Big Medicare cuts are a manifestation of a right-wing cause celebre: teaching Americans the federal government can’t be trusted to meet nonwealthy individuals’ needs by honoring commitments scornfully referred to as entitlement programs. (Better that people should depend on corporate benevolence, as exemplified by Wal-Mart’s health care cost-shifting strategy.) Again, it’s not going to happen.
Steve
If the Abramoff scandal proved anything, it’s that the Republican Party is definitely not a bunch of Indian givers.
mark
Welcome to planet earth o space traveler. I see you have only been here a short time.
The Pirate
This is a much better idea than the line-item veto, which just gives the President carte blanche to blackmail the opposition party.
Bernard Yomtov
The annual deficit runs into the hundreds of billions, so $650 billion over five years is not going to balance the budget.
The article says there will be $350 billion cut from Medicare, Medicaid, and other social programs. No specifics as to the cuts (surprise). Then there will be $300 billion saved “through a major reorganization of the Education, Commerce and Energy Departments.” Sure. Sounds like our old friends “waste, fraud and abuse.”
Come on, John. What are you supporting? They haven’t said and you don’t know. This is strictly a PR stunt to cover massive Republican fiscal irresponsibility. Don’t fall for it.

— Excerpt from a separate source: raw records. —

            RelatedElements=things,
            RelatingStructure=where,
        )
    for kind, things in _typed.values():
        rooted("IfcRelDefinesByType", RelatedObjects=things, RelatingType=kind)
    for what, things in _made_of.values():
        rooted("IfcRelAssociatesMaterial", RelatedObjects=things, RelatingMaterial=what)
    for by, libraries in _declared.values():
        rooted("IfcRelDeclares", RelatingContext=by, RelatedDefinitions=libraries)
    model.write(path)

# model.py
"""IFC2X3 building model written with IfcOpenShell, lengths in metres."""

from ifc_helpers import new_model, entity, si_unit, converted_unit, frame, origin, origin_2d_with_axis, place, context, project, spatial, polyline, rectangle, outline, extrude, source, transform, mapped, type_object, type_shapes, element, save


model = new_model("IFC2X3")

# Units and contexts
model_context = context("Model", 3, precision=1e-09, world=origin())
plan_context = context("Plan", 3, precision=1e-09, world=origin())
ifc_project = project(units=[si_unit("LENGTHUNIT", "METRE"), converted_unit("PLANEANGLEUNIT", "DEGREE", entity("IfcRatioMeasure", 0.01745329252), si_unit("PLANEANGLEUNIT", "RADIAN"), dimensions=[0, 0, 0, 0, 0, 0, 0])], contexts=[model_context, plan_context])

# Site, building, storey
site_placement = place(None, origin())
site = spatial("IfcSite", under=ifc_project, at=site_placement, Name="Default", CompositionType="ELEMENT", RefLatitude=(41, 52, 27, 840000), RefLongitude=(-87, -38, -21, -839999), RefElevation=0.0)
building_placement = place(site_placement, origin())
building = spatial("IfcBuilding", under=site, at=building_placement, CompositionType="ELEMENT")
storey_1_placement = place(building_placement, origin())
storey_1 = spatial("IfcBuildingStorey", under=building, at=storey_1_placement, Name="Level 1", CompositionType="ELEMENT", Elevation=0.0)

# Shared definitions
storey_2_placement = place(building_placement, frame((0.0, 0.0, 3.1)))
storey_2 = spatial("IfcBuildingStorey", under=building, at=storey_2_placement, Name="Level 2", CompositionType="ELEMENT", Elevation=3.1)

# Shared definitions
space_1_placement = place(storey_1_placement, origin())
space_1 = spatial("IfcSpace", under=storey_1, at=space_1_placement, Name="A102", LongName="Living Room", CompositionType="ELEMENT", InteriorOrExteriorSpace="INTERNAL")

When specific realistically measured cuts are proposed it will be time to evaluate them. Until then this is nonsense.
Zifnab
Funny how the Bush Administration has found so many places to save a few bucks, but never bothers to mention them until an hour before they push the paperwork through.
Perhaps we could pass legislation against that.
KC
I was against the line-item veto in ’96, and I’m against it now. If the President is unwilling to veto a spending bill and Congress is unwilling to trim a bill so be it. If Bush was a real conservative, he’d veto the next big spending item that comes down the line. If Republicans were really conservatives, they’d be trimming better than barbers.
tzs
Dept. of Energy?
Excuse me, but isn’t this sorta like Bush’s “great support for alternative energy” and then we discovered that NREL was getting its budget axed?

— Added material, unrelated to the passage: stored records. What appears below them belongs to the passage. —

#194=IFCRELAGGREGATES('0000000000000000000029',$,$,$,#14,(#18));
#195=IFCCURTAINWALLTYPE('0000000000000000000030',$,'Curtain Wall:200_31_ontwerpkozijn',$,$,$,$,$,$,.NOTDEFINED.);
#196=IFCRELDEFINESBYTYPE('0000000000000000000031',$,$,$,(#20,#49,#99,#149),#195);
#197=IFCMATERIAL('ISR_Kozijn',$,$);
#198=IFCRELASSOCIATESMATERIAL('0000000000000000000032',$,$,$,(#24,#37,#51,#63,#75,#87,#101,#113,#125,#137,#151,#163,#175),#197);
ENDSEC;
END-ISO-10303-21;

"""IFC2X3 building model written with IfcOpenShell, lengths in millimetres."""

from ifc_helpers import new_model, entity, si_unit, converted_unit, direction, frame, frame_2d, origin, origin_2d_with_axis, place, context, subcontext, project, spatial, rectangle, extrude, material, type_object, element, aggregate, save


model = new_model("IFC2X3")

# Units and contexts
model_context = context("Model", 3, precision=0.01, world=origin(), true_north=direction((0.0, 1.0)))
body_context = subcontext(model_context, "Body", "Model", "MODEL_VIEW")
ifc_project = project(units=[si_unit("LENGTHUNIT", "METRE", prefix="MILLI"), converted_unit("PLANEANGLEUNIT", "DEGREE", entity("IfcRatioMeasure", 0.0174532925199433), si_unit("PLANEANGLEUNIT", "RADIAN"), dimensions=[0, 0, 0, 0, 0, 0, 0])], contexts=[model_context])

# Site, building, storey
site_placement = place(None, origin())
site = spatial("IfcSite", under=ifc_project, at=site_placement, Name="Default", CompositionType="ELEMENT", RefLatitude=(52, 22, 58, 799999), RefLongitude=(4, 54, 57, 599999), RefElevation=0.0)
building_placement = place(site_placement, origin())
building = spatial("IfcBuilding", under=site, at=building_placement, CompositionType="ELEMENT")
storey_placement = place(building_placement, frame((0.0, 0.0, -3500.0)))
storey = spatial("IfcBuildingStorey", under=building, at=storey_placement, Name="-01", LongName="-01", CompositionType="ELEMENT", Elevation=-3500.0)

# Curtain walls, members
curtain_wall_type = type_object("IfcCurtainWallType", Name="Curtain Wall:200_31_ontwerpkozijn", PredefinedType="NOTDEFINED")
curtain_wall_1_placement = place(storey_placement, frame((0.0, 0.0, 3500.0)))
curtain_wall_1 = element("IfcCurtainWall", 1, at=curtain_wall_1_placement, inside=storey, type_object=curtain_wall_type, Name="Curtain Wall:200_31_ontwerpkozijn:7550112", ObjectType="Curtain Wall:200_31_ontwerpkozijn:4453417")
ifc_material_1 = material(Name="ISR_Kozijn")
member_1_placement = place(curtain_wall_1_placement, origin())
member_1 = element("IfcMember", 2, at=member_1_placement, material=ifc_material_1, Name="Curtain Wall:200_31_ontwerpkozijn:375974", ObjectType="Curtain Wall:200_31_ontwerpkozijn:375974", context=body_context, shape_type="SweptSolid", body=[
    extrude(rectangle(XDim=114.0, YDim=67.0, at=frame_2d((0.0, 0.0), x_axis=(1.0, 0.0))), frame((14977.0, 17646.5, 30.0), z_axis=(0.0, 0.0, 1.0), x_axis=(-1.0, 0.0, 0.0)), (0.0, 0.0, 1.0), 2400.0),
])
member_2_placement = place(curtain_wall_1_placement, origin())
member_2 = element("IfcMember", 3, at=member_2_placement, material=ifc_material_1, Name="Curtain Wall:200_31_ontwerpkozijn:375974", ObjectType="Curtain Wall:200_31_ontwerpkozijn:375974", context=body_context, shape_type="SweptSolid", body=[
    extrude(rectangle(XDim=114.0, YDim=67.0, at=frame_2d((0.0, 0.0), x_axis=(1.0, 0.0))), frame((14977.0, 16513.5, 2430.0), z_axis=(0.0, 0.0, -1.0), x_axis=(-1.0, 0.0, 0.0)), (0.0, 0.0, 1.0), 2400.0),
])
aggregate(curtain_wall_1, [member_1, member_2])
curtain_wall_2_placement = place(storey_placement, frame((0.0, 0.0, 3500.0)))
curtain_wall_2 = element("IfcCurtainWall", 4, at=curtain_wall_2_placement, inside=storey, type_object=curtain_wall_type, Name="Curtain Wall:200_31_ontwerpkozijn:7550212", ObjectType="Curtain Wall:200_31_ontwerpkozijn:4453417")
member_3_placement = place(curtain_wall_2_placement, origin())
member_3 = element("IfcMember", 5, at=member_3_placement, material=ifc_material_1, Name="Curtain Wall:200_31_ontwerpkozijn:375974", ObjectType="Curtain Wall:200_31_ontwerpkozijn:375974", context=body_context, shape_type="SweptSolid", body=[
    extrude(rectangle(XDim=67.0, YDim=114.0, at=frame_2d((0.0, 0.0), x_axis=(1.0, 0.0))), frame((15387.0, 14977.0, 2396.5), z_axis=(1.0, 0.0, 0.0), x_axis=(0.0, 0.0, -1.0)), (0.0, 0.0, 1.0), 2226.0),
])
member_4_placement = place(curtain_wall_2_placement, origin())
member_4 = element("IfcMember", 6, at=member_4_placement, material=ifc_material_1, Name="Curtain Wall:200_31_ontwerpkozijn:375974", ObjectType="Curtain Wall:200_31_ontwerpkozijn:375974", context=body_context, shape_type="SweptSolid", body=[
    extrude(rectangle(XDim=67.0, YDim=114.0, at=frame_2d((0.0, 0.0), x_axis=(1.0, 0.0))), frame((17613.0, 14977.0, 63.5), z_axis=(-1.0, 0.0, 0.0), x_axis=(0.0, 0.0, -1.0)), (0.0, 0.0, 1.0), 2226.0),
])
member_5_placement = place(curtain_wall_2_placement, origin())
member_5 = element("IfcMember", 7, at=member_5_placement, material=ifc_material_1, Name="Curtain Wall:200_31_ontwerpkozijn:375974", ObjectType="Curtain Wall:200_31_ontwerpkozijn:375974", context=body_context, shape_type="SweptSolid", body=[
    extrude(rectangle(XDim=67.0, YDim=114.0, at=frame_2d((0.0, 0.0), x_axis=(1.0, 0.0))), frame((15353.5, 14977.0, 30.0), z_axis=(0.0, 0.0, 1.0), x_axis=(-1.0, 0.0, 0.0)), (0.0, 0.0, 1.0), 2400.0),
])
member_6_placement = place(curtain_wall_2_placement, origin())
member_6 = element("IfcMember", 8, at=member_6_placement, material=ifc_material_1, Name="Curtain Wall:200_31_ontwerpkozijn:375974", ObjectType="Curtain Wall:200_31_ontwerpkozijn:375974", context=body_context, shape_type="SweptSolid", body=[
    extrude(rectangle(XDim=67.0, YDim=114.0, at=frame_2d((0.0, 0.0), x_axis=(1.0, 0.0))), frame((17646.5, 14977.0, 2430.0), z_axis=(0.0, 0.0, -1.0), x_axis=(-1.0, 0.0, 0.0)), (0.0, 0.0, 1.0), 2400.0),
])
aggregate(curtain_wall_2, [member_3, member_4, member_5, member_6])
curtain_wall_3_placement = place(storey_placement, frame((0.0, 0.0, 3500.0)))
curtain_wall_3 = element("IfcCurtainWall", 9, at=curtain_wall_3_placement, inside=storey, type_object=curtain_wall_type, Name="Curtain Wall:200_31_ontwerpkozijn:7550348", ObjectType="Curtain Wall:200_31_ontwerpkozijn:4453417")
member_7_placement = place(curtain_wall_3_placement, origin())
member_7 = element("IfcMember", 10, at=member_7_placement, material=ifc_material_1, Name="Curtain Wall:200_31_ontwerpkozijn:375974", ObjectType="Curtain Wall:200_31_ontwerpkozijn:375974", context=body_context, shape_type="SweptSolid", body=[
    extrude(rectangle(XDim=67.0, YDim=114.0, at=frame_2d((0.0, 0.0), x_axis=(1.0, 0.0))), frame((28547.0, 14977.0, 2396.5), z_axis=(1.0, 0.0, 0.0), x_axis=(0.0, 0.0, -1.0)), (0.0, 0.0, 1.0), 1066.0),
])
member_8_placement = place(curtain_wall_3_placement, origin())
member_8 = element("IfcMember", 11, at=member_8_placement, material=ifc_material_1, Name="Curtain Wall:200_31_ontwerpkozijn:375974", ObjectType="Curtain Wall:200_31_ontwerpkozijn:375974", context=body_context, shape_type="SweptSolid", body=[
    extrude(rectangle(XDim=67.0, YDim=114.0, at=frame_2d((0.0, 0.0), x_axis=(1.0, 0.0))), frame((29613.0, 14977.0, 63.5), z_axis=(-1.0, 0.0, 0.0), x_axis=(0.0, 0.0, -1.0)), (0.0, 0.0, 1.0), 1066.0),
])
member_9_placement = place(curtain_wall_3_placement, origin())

Some of the work getting done under the DOE is probably our best chance to get off the fossil fuel kick.
If we got rid of those tax breaks for the oil companies how much DOE support could we provide?
Y’know, I wonder if Bush et al. are in cahoots with (the Illuminati, the Masons, the pick-your-random-rule-the-world-conspiracy) to deliberately leave the U.S. a dry husk of a wrecked economy with no technology base and no future. Because he’s certainly ACTING like it.
chopper
If Bush was a real conservative, he’d veto the next big spending item that comes down the line. If Republicans were really conservatives, they’d be trimming better than barbers
if republicans were really conservatives, he wouldn’t have to.
ET
I will believe it only when I see it.
moonbiter
Funny how the Bush Administration has found so many places to save a few bucks, but never bothers to mention them until an hour before they push the paperwork through.As Daniel Gross points out:
Vlad
“I think they’re more worried about Grandpa being a welfare queen.”

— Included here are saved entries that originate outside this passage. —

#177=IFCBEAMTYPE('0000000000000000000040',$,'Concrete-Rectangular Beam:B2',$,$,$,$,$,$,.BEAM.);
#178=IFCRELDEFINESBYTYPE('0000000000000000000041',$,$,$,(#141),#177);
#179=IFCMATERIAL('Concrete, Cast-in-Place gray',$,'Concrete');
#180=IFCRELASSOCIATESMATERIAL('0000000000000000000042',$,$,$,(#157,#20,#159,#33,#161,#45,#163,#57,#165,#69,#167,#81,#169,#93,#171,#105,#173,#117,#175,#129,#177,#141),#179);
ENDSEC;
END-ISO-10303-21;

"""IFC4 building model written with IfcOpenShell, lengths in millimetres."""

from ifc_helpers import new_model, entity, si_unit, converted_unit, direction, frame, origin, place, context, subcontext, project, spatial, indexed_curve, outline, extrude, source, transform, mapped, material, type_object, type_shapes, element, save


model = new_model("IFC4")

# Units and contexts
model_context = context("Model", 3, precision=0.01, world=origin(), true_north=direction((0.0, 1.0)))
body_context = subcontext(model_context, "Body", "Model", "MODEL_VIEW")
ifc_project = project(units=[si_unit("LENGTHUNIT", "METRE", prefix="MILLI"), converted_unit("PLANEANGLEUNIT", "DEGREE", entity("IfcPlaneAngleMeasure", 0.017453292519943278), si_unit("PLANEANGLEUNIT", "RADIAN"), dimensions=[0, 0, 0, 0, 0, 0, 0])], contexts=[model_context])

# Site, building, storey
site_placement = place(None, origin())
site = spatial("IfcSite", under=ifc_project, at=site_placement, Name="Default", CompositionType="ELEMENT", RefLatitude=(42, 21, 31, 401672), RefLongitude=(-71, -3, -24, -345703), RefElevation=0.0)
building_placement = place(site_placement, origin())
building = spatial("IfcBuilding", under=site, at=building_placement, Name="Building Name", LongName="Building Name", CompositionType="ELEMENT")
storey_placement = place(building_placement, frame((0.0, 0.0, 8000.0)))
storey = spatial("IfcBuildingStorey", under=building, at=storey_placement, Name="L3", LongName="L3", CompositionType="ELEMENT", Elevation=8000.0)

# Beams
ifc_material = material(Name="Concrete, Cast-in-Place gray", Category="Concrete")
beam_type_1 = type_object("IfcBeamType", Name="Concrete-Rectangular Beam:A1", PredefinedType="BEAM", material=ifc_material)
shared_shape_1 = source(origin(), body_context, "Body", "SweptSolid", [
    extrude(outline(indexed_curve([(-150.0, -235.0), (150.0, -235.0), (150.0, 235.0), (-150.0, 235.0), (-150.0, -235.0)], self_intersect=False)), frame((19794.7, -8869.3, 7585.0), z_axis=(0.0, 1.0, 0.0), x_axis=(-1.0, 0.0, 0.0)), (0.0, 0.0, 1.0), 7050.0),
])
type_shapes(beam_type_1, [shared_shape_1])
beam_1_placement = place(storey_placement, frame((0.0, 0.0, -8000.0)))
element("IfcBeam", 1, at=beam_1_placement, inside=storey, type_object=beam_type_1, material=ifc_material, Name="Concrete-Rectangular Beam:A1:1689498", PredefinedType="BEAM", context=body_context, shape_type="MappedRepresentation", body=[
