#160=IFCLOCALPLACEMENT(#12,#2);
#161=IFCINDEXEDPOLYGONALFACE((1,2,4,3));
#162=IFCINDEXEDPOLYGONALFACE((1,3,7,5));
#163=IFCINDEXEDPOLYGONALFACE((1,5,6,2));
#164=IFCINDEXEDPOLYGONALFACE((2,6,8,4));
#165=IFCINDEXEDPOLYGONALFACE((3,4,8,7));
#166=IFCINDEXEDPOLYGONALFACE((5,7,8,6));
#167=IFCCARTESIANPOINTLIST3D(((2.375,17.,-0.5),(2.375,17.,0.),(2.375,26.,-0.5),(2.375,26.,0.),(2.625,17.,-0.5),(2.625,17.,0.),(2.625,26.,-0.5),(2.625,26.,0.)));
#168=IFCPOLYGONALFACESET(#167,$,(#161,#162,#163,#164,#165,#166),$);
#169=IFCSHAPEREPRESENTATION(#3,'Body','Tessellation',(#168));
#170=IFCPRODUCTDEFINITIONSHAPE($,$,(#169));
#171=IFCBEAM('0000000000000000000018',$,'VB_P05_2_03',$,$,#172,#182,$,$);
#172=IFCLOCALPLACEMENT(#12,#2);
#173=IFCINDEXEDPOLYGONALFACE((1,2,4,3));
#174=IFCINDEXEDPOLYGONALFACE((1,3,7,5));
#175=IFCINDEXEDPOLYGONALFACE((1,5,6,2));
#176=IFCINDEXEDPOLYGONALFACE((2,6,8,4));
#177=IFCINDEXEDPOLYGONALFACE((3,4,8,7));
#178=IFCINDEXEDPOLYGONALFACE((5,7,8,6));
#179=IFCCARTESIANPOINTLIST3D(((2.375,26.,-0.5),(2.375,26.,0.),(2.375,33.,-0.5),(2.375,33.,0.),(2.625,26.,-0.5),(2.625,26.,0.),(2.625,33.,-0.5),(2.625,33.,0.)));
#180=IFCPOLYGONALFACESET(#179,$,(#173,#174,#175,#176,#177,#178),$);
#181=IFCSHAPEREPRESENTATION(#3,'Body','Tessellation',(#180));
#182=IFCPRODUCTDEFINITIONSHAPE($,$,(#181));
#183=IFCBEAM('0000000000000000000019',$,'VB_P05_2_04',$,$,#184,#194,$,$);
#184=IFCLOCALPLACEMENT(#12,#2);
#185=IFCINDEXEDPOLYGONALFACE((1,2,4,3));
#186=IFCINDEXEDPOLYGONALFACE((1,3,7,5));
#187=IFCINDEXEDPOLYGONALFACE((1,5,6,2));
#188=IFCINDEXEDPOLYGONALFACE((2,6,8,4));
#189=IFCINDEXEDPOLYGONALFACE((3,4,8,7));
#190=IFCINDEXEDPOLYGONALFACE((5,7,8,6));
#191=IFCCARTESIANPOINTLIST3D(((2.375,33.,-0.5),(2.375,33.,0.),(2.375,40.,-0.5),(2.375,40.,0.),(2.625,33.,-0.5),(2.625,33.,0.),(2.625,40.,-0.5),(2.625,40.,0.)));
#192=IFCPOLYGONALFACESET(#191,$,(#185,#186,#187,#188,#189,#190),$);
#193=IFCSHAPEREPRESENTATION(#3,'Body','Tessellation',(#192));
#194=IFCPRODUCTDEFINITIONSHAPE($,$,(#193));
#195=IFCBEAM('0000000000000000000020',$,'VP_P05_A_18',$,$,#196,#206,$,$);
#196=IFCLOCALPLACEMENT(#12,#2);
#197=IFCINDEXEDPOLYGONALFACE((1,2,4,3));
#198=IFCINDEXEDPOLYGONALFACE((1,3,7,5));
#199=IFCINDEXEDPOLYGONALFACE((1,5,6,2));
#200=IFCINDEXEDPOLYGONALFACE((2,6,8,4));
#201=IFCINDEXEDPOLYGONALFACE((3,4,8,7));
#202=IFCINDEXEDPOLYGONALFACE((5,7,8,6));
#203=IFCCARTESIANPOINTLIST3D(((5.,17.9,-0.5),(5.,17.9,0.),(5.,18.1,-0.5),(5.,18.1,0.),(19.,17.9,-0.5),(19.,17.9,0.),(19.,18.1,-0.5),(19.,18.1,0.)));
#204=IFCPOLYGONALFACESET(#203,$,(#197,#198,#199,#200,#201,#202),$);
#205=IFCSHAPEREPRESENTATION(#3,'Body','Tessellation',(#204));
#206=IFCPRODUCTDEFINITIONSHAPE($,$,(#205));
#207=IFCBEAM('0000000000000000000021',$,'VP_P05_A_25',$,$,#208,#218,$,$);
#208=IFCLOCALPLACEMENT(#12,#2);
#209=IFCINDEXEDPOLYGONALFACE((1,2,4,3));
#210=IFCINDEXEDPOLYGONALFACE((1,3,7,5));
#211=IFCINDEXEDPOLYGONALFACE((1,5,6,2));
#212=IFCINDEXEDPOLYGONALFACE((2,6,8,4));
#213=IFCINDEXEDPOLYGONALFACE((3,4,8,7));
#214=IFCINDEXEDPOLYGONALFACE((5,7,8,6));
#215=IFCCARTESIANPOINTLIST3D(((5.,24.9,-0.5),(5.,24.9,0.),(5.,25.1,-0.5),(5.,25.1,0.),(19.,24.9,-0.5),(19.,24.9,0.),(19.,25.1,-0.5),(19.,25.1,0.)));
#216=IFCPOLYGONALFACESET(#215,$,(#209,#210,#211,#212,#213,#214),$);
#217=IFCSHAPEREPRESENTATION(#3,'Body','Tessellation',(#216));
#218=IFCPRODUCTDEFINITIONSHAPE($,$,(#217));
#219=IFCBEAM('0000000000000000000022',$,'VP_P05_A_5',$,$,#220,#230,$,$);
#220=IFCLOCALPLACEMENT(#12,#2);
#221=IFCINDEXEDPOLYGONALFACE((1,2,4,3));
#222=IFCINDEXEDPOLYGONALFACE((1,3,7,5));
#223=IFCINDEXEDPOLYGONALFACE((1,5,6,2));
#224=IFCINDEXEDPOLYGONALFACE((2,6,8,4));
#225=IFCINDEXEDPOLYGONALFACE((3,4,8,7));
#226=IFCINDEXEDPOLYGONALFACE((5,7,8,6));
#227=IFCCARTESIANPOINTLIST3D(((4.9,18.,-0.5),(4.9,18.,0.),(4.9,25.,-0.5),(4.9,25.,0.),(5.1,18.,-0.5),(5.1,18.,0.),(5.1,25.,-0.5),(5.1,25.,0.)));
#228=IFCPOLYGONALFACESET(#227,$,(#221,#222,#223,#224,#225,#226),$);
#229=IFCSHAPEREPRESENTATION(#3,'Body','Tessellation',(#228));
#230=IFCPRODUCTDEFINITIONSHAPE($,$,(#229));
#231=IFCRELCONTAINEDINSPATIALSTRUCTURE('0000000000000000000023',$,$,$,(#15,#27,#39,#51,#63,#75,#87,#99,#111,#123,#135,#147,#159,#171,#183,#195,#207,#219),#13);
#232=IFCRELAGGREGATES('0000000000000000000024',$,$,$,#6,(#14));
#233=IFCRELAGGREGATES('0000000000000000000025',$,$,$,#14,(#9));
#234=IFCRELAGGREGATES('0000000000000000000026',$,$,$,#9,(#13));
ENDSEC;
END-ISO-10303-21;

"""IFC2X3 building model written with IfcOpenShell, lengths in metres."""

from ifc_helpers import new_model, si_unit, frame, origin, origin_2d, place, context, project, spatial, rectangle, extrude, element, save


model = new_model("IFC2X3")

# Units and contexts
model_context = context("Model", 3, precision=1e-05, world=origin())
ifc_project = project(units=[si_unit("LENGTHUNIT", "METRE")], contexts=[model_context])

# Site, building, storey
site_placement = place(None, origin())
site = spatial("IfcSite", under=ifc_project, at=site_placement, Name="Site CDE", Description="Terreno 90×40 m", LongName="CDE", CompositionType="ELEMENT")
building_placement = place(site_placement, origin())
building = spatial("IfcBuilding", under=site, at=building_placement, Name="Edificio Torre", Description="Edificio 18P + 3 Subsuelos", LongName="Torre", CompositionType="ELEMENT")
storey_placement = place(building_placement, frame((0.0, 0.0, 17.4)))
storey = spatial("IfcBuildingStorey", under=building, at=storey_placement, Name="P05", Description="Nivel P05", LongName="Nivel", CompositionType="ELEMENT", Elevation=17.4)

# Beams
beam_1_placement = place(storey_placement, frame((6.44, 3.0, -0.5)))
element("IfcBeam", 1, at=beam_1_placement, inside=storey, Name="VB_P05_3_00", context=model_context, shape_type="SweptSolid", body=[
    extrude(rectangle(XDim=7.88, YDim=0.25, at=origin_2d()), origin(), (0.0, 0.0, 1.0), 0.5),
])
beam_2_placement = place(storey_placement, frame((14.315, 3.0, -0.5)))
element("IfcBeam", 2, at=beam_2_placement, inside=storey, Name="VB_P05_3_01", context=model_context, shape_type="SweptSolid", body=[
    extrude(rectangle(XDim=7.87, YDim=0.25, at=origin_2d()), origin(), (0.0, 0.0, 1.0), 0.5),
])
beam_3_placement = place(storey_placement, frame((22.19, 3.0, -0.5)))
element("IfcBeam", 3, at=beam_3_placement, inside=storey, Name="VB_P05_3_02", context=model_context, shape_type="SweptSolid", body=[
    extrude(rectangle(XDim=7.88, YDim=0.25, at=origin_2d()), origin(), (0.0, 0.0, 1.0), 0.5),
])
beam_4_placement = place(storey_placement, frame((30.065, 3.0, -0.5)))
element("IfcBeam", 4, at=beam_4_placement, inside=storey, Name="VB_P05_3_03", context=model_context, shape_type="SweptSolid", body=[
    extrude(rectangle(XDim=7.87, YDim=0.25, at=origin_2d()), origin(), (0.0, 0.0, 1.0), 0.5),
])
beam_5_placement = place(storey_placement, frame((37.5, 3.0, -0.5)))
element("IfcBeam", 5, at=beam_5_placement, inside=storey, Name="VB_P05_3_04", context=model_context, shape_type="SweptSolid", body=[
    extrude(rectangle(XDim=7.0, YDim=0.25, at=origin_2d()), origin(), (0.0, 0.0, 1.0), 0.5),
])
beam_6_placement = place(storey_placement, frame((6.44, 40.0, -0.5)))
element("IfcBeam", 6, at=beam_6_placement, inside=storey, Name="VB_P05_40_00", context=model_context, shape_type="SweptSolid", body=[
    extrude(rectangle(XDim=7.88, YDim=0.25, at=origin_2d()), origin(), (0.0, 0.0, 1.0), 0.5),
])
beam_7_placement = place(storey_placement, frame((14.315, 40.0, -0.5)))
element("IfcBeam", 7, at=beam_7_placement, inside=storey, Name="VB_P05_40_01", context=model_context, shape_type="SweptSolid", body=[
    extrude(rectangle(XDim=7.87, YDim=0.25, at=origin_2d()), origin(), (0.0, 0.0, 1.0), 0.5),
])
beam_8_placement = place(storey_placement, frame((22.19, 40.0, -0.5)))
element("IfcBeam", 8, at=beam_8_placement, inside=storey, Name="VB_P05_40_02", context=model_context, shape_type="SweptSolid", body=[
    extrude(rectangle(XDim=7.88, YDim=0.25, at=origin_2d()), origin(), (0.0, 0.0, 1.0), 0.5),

What he does in the privacy of his own home is his business, not yours, and certainly not the government’s.
Barry
moonbiter, maybe their previous budget allocated a gazillion dollars to each department. Cutting from those projects would yield a few hundred billion quite easily.
It’d be the same sort of money that you save when you buy extra stuff on sale, but hey, these guys prefer fiction in all things.